The “male genre”

 Australian army, Advertising division. “Our Job to Clothe the Men Who Work and Fight.” Australian War Memorial, 2017, www.awm.gov.au/collection/ARTV01064. Accessed 24 Mar. 2021.

“Our job…to clothe the men who work and fight”  – Australian Army propaganda poster during world war 2.

Quotes like these were common around these times, which most often depicted women as having only “one job” or “one purpose” which was to care for the men overseas and “serve their husbands”.

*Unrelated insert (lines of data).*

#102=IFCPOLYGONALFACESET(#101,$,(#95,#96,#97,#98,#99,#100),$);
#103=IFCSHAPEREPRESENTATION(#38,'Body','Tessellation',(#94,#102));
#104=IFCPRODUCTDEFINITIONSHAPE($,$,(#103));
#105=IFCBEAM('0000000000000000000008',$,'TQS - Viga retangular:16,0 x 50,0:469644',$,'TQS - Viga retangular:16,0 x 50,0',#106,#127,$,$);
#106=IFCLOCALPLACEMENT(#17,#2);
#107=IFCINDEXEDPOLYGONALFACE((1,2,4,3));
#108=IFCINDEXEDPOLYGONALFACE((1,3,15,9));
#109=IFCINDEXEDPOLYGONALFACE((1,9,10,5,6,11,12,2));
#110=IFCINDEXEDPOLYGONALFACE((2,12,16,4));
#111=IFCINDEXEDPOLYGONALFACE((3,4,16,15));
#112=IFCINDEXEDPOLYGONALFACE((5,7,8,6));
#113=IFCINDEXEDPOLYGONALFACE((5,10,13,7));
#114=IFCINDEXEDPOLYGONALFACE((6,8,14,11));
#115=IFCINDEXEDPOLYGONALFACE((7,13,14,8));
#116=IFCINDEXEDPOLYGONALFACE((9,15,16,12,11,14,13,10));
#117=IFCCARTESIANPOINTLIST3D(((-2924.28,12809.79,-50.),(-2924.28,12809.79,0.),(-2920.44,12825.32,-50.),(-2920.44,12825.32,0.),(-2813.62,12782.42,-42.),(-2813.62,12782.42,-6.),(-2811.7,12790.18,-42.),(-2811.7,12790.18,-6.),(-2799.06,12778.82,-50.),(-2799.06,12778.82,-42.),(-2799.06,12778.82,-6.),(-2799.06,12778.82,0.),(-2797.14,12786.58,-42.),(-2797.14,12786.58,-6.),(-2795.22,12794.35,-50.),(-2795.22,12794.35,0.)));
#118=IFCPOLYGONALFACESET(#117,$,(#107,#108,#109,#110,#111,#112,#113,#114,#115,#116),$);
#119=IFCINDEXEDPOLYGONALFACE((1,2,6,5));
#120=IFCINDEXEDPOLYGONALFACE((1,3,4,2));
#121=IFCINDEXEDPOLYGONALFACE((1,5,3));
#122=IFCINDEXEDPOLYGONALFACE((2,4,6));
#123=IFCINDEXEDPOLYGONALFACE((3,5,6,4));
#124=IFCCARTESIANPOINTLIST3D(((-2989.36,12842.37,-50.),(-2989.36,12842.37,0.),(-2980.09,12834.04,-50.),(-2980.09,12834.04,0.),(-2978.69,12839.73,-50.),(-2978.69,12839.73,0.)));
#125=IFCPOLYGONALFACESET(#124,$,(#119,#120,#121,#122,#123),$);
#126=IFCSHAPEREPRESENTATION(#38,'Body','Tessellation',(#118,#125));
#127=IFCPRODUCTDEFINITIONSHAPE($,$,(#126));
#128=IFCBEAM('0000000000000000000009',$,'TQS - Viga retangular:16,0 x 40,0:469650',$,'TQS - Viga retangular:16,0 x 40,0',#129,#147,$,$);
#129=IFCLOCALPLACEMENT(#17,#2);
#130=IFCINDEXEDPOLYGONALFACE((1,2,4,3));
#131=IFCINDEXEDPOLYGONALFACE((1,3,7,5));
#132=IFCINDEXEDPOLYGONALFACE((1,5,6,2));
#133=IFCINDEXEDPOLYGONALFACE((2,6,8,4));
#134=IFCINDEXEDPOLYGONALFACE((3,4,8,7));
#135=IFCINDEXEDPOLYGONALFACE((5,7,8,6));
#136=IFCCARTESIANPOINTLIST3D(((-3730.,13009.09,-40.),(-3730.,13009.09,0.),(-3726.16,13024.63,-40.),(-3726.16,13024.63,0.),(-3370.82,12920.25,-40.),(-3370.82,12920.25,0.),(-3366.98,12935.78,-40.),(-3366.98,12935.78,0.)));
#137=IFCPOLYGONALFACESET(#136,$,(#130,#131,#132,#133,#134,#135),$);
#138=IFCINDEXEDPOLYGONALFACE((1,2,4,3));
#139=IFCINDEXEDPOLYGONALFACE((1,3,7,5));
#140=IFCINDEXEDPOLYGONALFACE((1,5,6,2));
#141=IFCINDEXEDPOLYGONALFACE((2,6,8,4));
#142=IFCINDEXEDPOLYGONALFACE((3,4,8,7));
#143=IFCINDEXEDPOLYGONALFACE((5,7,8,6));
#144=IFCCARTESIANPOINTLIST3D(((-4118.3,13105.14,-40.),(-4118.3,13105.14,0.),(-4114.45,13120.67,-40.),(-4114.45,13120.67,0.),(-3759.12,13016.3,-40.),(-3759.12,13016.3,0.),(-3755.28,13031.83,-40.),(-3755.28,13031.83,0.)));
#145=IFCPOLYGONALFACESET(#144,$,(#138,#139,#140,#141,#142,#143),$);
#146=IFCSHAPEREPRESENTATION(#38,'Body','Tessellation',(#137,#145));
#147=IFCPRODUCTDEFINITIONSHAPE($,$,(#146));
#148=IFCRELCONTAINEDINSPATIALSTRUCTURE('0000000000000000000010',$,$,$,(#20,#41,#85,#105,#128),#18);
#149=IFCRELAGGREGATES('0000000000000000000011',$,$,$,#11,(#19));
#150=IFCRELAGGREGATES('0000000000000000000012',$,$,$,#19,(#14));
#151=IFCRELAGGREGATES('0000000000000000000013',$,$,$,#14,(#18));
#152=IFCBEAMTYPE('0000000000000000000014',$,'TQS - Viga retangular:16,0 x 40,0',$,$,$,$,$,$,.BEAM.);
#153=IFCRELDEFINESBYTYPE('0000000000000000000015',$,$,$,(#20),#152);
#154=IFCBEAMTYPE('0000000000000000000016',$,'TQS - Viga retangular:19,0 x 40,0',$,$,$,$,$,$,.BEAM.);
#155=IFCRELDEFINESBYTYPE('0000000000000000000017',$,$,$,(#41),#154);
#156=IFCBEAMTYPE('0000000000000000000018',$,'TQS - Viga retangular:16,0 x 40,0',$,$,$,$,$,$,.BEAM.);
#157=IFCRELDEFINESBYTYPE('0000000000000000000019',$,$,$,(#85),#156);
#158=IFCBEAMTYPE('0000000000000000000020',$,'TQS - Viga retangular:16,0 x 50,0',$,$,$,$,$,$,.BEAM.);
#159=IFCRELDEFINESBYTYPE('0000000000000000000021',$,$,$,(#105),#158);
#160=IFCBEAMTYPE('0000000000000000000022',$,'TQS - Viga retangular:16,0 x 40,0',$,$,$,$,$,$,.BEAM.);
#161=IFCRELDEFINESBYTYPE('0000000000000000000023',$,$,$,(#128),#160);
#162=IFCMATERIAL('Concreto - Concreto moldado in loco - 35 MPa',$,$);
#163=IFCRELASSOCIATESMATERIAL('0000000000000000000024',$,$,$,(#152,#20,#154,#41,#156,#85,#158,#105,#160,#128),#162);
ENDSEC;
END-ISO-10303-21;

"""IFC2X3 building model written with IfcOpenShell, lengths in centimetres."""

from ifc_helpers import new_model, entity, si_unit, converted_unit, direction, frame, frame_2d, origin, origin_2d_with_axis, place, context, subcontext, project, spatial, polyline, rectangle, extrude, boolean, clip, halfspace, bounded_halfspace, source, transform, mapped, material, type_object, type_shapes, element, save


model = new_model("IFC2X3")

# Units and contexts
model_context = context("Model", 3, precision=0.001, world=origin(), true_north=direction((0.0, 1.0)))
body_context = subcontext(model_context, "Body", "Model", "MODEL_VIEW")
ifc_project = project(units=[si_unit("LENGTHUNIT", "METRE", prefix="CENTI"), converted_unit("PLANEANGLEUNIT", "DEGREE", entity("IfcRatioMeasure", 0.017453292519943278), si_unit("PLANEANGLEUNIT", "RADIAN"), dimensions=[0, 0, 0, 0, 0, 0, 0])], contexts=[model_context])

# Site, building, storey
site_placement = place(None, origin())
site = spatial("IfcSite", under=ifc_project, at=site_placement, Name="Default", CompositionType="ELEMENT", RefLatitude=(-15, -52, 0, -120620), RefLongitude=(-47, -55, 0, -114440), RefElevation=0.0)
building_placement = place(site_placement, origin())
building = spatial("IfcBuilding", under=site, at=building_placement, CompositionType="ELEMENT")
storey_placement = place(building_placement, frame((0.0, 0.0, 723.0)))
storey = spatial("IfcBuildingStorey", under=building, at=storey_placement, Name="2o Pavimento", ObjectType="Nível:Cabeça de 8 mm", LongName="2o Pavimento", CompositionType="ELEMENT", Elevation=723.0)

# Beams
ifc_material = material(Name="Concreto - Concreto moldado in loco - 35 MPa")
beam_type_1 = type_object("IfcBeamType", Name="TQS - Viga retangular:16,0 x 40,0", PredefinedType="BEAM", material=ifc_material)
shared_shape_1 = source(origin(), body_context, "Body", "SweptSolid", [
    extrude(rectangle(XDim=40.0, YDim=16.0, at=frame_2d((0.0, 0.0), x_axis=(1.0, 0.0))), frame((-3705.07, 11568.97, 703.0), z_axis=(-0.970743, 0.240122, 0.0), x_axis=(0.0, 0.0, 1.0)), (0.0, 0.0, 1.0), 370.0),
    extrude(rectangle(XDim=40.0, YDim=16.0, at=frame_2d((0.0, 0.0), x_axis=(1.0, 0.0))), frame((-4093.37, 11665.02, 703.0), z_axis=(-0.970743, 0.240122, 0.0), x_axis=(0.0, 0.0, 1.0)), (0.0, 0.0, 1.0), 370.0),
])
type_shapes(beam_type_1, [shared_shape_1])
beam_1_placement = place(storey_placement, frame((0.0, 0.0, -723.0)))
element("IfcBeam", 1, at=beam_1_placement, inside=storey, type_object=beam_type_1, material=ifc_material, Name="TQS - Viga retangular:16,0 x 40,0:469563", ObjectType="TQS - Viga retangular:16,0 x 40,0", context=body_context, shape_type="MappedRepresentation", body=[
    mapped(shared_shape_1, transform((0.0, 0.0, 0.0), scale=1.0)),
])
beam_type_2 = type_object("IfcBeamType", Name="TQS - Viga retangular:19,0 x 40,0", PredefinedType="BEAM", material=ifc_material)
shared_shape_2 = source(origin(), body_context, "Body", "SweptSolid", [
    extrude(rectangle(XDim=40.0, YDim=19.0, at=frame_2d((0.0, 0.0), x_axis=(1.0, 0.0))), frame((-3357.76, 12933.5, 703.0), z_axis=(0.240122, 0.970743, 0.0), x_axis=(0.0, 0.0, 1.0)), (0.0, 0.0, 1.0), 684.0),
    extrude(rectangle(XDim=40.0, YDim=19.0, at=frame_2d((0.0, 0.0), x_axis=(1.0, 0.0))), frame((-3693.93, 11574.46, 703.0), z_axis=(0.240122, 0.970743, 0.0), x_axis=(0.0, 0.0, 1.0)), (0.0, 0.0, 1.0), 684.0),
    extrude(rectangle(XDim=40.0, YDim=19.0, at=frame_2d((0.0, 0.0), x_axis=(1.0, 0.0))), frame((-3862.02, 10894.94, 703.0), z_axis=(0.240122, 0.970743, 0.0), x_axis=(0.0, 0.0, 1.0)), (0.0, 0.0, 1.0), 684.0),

This thinking bled into Science Fiction, most early modern Sci-Fi stories depicted male protagonists going on adventures, unraveling secrets, and just living through interesting character arcs. Whereas, female characters were often pushed to the side with not much character development happening in the stories due to most writers believing, that they had a mostly male audience.

Unknown to the writers at the time, Sci-Fi was growing a stronger female audience but most were afraid to admit it due to it being viewed as a “male genre”. The stronger female audience meant that more female fans would take to writing their own Sci-Fi stories as well which, eventually, gave us some great writers like; Ursula K. Le Guin, Margaret Atwood, Octavia E. Butler, and James Tiptree Jr who was really Alice Bradley Sheldon.

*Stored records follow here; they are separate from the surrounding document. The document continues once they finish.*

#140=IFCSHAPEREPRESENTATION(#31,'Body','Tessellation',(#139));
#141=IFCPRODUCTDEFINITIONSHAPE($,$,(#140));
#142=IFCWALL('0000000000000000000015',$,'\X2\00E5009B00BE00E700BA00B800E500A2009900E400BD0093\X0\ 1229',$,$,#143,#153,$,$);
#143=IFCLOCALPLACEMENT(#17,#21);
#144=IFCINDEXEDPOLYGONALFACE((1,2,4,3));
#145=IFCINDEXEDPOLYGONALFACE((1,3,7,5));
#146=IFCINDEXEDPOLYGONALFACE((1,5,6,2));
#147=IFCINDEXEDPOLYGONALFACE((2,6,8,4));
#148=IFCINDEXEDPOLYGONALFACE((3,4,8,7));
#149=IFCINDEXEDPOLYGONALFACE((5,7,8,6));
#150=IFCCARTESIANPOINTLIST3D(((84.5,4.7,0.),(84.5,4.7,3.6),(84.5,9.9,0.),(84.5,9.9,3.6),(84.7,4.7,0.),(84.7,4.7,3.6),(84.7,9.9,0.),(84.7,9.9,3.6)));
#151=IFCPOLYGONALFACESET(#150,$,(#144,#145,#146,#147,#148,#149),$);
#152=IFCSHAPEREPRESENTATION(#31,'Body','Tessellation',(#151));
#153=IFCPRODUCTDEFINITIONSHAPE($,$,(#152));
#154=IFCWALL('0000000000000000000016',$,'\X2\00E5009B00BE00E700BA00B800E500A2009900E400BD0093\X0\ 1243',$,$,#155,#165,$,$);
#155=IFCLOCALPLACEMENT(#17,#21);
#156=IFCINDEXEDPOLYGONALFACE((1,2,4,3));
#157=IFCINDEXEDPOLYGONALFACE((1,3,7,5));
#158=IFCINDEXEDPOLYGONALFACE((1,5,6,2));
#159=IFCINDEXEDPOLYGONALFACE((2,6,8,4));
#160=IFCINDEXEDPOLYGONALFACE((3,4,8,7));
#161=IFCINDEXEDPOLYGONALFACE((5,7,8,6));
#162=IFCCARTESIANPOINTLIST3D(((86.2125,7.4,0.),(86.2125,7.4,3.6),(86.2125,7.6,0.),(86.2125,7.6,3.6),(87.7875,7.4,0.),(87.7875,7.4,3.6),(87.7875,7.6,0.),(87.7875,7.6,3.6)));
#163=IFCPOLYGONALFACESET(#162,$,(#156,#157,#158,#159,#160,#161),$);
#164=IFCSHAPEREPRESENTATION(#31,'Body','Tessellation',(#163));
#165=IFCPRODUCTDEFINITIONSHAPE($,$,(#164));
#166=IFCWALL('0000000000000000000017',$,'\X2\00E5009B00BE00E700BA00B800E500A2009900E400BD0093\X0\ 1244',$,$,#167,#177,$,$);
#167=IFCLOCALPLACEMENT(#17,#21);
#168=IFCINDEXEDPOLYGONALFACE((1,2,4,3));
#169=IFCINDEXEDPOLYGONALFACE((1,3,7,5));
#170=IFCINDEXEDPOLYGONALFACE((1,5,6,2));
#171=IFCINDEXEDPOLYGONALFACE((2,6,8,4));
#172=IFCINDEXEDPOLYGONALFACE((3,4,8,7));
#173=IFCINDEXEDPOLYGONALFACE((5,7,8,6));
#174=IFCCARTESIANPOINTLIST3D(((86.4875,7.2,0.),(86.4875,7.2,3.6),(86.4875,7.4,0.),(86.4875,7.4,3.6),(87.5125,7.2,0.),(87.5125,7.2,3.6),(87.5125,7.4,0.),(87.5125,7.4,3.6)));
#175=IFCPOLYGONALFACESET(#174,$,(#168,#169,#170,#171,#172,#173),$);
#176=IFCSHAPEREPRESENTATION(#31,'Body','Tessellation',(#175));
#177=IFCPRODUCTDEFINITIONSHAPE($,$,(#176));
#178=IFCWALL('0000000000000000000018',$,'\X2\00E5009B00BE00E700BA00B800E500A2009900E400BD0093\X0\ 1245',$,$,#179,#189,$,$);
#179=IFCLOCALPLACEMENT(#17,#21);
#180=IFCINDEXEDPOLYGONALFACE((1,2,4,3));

The appearance of female writers in Sci-Fi, was an awakening to the publishers of these novels who realized that the genre had a female audience too.

Novels such as Warm Worlds and otherwise, The handmaid’s tale, and Dawn proved that Sci-Fi was much more than a single gender based form of literature but was equally love by both genders. Now, female protagonists were prevalent in a lot of stories in the Sci-Fi genre, but the gender discrimination continued between both sides of this genre.

Although today Sci-Fi has plenty of female protagonists, and female authors getting more praise for their work, there are still people that see the genre as a “male only” one. This argument is complete bogus considering that, many studies have show that around 40-50% of readers, are in fact female.  So why do many readers and publishers feel this way? well many point to the fact that 15-30% of authors/writers are female with the remaining 70% being male.

Despite these stats, Sci-Fi is far from a genre with a single gender fanbase and the past decades prove this statement. The gender discrimination that started this stereotype, is deep rooted in when women were still fighting for better rights & more opportunities, and many believed that women were only meant to “serve their husbands” which is why they viewed Sci-Fi in this perspective for so long.